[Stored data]
BEGIN
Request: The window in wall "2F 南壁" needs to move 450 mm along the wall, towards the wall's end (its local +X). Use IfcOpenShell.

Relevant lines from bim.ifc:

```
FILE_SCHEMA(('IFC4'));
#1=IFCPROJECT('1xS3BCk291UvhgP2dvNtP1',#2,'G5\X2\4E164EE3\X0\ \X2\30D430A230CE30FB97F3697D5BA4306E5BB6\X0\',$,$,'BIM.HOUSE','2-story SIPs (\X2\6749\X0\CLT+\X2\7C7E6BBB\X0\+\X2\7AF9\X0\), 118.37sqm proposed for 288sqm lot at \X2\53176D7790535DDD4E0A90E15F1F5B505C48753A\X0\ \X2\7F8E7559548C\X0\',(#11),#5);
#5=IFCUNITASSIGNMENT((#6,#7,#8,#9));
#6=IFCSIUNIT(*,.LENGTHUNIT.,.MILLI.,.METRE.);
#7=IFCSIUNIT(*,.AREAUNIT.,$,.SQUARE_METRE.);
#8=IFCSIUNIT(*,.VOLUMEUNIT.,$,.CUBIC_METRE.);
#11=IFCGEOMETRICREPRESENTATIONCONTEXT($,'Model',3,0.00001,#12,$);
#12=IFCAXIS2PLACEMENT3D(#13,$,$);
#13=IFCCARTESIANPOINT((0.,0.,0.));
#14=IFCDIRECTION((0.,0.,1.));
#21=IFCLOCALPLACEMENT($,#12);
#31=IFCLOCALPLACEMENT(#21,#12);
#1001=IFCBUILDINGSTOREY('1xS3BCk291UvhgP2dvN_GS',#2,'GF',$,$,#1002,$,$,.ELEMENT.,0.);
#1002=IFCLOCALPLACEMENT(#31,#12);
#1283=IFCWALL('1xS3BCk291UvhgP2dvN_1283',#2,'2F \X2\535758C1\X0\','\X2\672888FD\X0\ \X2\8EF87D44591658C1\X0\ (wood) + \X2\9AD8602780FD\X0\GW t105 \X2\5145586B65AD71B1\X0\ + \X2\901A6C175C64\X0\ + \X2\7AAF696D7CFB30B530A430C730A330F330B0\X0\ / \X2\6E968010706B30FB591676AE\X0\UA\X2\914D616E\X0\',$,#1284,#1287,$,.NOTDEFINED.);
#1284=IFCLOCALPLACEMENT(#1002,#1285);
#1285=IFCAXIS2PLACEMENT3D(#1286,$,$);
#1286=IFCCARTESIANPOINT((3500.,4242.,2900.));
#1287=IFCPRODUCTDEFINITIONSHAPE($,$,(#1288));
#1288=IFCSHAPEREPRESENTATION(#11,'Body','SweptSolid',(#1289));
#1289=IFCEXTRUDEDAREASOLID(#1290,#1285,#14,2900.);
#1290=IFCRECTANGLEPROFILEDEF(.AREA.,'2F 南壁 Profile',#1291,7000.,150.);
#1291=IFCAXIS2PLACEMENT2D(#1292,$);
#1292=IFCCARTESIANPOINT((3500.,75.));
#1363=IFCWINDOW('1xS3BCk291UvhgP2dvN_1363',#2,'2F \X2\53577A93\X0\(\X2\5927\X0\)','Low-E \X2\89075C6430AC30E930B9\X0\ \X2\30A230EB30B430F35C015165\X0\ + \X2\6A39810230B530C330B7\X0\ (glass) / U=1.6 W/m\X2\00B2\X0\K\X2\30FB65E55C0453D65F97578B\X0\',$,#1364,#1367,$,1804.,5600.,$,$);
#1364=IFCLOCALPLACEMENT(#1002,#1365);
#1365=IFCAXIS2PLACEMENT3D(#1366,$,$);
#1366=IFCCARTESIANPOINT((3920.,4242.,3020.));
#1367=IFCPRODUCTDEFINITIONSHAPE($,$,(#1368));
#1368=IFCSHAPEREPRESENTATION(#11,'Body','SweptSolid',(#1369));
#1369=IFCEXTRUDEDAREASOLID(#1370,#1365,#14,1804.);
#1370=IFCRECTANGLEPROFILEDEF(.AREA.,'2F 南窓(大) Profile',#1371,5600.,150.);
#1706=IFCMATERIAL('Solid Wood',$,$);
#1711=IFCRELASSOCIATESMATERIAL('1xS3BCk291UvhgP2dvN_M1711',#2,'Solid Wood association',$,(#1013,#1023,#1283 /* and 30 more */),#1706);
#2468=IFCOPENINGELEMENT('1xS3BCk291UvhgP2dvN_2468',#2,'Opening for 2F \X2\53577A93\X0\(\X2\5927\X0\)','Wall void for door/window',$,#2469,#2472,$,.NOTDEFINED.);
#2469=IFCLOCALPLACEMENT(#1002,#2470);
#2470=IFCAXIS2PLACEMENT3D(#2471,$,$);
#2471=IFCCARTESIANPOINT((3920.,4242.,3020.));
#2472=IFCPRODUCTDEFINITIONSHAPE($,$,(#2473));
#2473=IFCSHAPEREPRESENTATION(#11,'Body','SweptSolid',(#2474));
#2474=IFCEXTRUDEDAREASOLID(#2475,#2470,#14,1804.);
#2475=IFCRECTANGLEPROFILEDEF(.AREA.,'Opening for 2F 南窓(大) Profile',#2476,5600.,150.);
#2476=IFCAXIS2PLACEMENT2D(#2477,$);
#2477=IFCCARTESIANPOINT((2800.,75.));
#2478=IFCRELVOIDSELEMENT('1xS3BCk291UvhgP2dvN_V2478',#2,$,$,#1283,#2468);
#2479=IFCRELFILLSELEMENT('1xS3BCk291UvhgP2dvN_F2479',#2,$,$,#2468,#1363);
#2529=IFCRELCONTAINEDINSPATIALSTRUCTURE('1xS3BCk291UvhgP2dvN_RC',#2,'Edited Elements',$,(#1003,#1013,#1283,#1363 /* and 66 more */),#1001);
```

```python
import ifcopenshell
import ifcopenshell.api.geometry
import ifcopenshell.util.placement
import ifcopenshell.util.unit

model = ifcopenshell.open("bim.ifc")
unit_scale = ifcopenshell.util.unit.calculate_unit_scale(model)

window = model.by_guid("1xS3BCk291UvhgP2dvN_1363")
opening = window.FillsVoids[0].RelatingOpeningElement
wall = opening.VoidsElements[0].RelatingBuildingElement

wall_matrix = ifcopenshell.util.placement.get_local_placement(wall.ObjectPlacement)
shift = wall_matrix[:3, 0] * 0.45 / unit_scale
before = ifcopenshell.util.placement.get_local_placement(window.ObjectPlacement)[:3, 3].copy()

# The window is not placed relative to its opening, so move both.
for product in (opening, window):
    matrix = ifcopenshell.util.placement.get_local_placement(product.ObjectPlacement)
    matrix[:3, 3] += shift
    ifcopenshell.api.geometry.edit_object_placement(model, product=product, matrix=matrix, is_si=False)

after = ifcopenshell.util.placement.get_local_placement(window.ObjectPlacement)[:3, 3]
print("window moved by", (after - before).round(3) + 0.0)

model.write("bim_edited.ifc")
```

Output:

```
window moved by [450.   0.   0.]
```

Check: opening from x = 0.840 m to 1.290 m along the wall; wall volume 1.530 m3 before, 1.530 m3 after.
END
# [Work order]
A complete, exact repeat of the records is the required answer.

# [Finished exercise]
Request: The window in wall "2F 南壁" needs to move 450 mm along the wall, towards the wall's end (its local +X). Use IfcOpenShell.

Relevant lines from bim.ifc:

```
FILE_SCHEMA(('IFC4'));
#1=IFCPROJECT('1xS3BCk291UvhgP2dvNtP1',#2,'G5\X2\4E164EE3\X0\ \X2\30D430A230CE30FB97F3697D5BA4306E5BB6\X0\',$,$,'BIM.HOUSE','2-story SIPs (\X2\6749\X0\CLT+\X2\7C7E6BBB\X0\+\X2\7AF9\X0\), 118.37sqm proposed for 288sqm lot at \X2\53176D7790535DDD4E0A90E15F1F5B505C48753A\X0\ \X2\7F8E7559548C\X0\',(#11),#5);
#5=IFCUNITASSIGNMENT((#6,#7,#8,#9));
#6=IFCSIUNIT(*,.LENGTHUNIT.,.MILLI.,.METRE.);
#7=IFCSIUNIT(*,.AREAUNIT.,$,.SQUARE_METRE.);
#8=IFCSIUNIT(*,.VOLUMEUNIT.,$,.CUBIC_METRE.);
#11=IFCGEOMETRICREPRESENTATIONCONTEXT($,'Model',3,0.00001,#12,$);
#12=IFCAXIS2PLACEMENT3D(#13,$,$);
#13=IFCCARTESIANPOINT((0.,0.,0.));
#14=IFCDIRECTION((0.,0.,1.));
#21=IFCLOCALPLACEMENT($,#12);
#31=IFCLOCALPLACEMENT(#21,#12);
#1001=IFCBUILDINGSTOREY('1xS3BCk291UvhgP2dvN_GS',#2,'GF',$,$,#1002,$,$,.ELEMENT.,0.);
#1002=IFCLOCALPLACEMENT(#31,#12);
#1283=IFCWALL('1xS3BCk291UvhgP2dvN_1283',#2,'2F \X2\535758C1\X0\','\X2\672888FD\X0\ \X2\8EF87D44591658C1\X0\ (wood) + \X2\9AD8602780FD\X0\GW t105 \X2\5145586B65AD71B1\X0\ + \X2\901A6C175C64\X0\ + \X2\7AAF696D7CFB30B530A430C730A330F330B0\X0\ / \X2\6E968010706B30FB591676AE\X0\UA\X2\914D616E\X0\',$,#1284,#1287,$,.NOTDEFINED.);
#1284=IFCLOCALPLACEMENT(#1002,#1285);
#1285=IFCAXIS2PLACEMENT3D(#1286,$,$);
#1286=IFCCARTESIANPOINT((3500.,4242.,2900.));
#1287=IFCPRODUCTDEFINITIONSHAPE($,$,(#1288));
#1288=IFCSHAPEREPRESENTATION(#11,'Body','SweptSolid',(#1289));
#1289=IFCEXTRUDEDAREASOLID(#1290,#1285,#14,2900.);
#1290=IFCRECTANGLEPROFILEDEF(.AREA.,'2F 南壁 Profile',#1291,7000.,150.);
#1291=IFCAXIS2PLACEMENT2D(#1292,$);
#1292=IFCCARTESIANPOINT((3500.,75.));
#1363=IFCWINDOW('1xS3BCk291UvhgP2dvN_1363',#2,'2F \X2\53577A93\X0\(\X2\5927\X0\)','Low-E \X2\89075C6430AC30E930B9\X0\ \X2\30A230EB30B430F35C015165\X0\ + \X2\6A39810230B530C330B7\X0\ (glass) / U=1.6 W/m\X2\00B2\X0\K\X2\30FB65E55C0453D65F97578B\X0\',$,#1364,#1367,$,1804.,5600.,$,$);
#1364=IFCLOCALPLACEMENT(#1002,#1365);
#1365=IFCAXIS2PLACEMENT3D(#1366,$,$);
#1366=IFCCARTESIANPOINT((3920.,4242.,3020.));
#1367=IFCPRODUCTDEFINITIONSHAPE($,$,(#1368));
#1368=IFCSHAPEREPRESENTATION(#11,'Body','SweptSolid',(#1369));
#1369=IFCEXTRUDEDAREASOLID(#1370,#1365,#14,1804.);
#1370=IFCRECTANGLEPROFILEDEF(.AREA.,'2F 南窓(大) Profile',#1371,5600.,150.);
#1706=IFCMATERIAL('Solid Wood',$,$);
#1711=IFCRELASSOCIATESMATERIAL('1xS3BCk291UvhgP2dvN_M1711',#2,'Solid Wood association',$,(#1013,#1023,#1283 /* and 30 more */),#1706);
#2468=IFCOPENINGELEMENT('1xS3BCk291UvhgP2dvN_2468',#2,'Opening for 2F \X2\53577A93\X0\(\X2\5927\X0\)','Wall void for door/window',$,#2469,#2472,$,.NOTDEFINED.);
#2469=IFCLOCALPLACEMENT(#1002,#2470);
#2470=IFCAXIS2PLACEMENT3D(#2471,$,$);
#2471=IFCCARTESIANPOINT((3920.,4242.,3020.));
#2472=IFCPRODUCTDEFINITIONSHAPE($,$,(#2473));
#2473=IFCSHAPEREPRESENTATION(#11,'Body','SweptSolid',(#2474));
#2474=IFCEXTRUDEDAREASOLID(#2475,#2470,#14,1804.);
#2475=IFCRECTANGLEPROFILEDEF(.AREA.,'Opening for 2F 南窓(大) Profile',#2476,5600.,150.);
#2476=IFCAXIS2PLACEMENT2D(#2477,$);
#2477=IFCCARTESIANPOINT((2800.,75.));
#2478=IFCRELVOIDSELEMENT('1xS3BCk291UvhgP2dvN_V2478',#2,$,$,#1283,#2468);
#2479=IFCRELFILLSELEMENT('1xS3BCk291UvhgP2dvN_F2479',#2,$,$,#2468,#1363);
#2529=IFCRELCONTAINEDINSPATIALSTRUCTURE('1xS3BCk291UvhgP2dvN_RC',#2,'Edited Elements',$,(#1003,#1013,#1283,#1363 /* and 66 more */),#1001);
```

```python
import ifcopenshell
import ifcopenshell.api.geometry
import ifcopenshell.util.placement
import ifcopenshell.util.unit

model = ifcopenshell.open("bim.ifc")
unit_scale = ifcopenshell.util.unit.calculate_unit_scale(model)

window = model.by_guid("1xS3BCk291UvhgP2dvN_1363")
opening = window.FillsVoids[0].RelatingOpeningElement
wall = opening.VoidsElements[0].RelatingBuildingElement

wall_matrix = ifcopenshell.util.placement.get_local_placement(wall.ObjectPlacement)
shift = wall_matrix[:3, 0] * 0.45 / unit_scale
before = ifcopenshell.util.placement.get_local_placement(window.ObjectPlacement)[:3, 3].copy()

# The window is not placed relative to its opening, so move both.
for product in (opening, window):
    matrix = ifcopenshell.util.placement.get_local_placement(product.ObjectPlacement)
    matrix[:3, 3] += shift
    ifcopenshell.api.geometry.edit_object_placement(model, product=product, matrix=matrix, is_si=False)

after = ifcopenshell.util.placement.get_local_placement(window.ObjectPlacement)[:3, 3]
print("window moved by", (after - before).round(3) + 0.0)

model.write("bim_edited.ifc")
```

Output:

```
window moved by [450.   0.   0.]
```

Check: opening from x = 0.840 m to 1.290 m along the wall; wall volume 1.530 m3 before, 1.530 m3 after.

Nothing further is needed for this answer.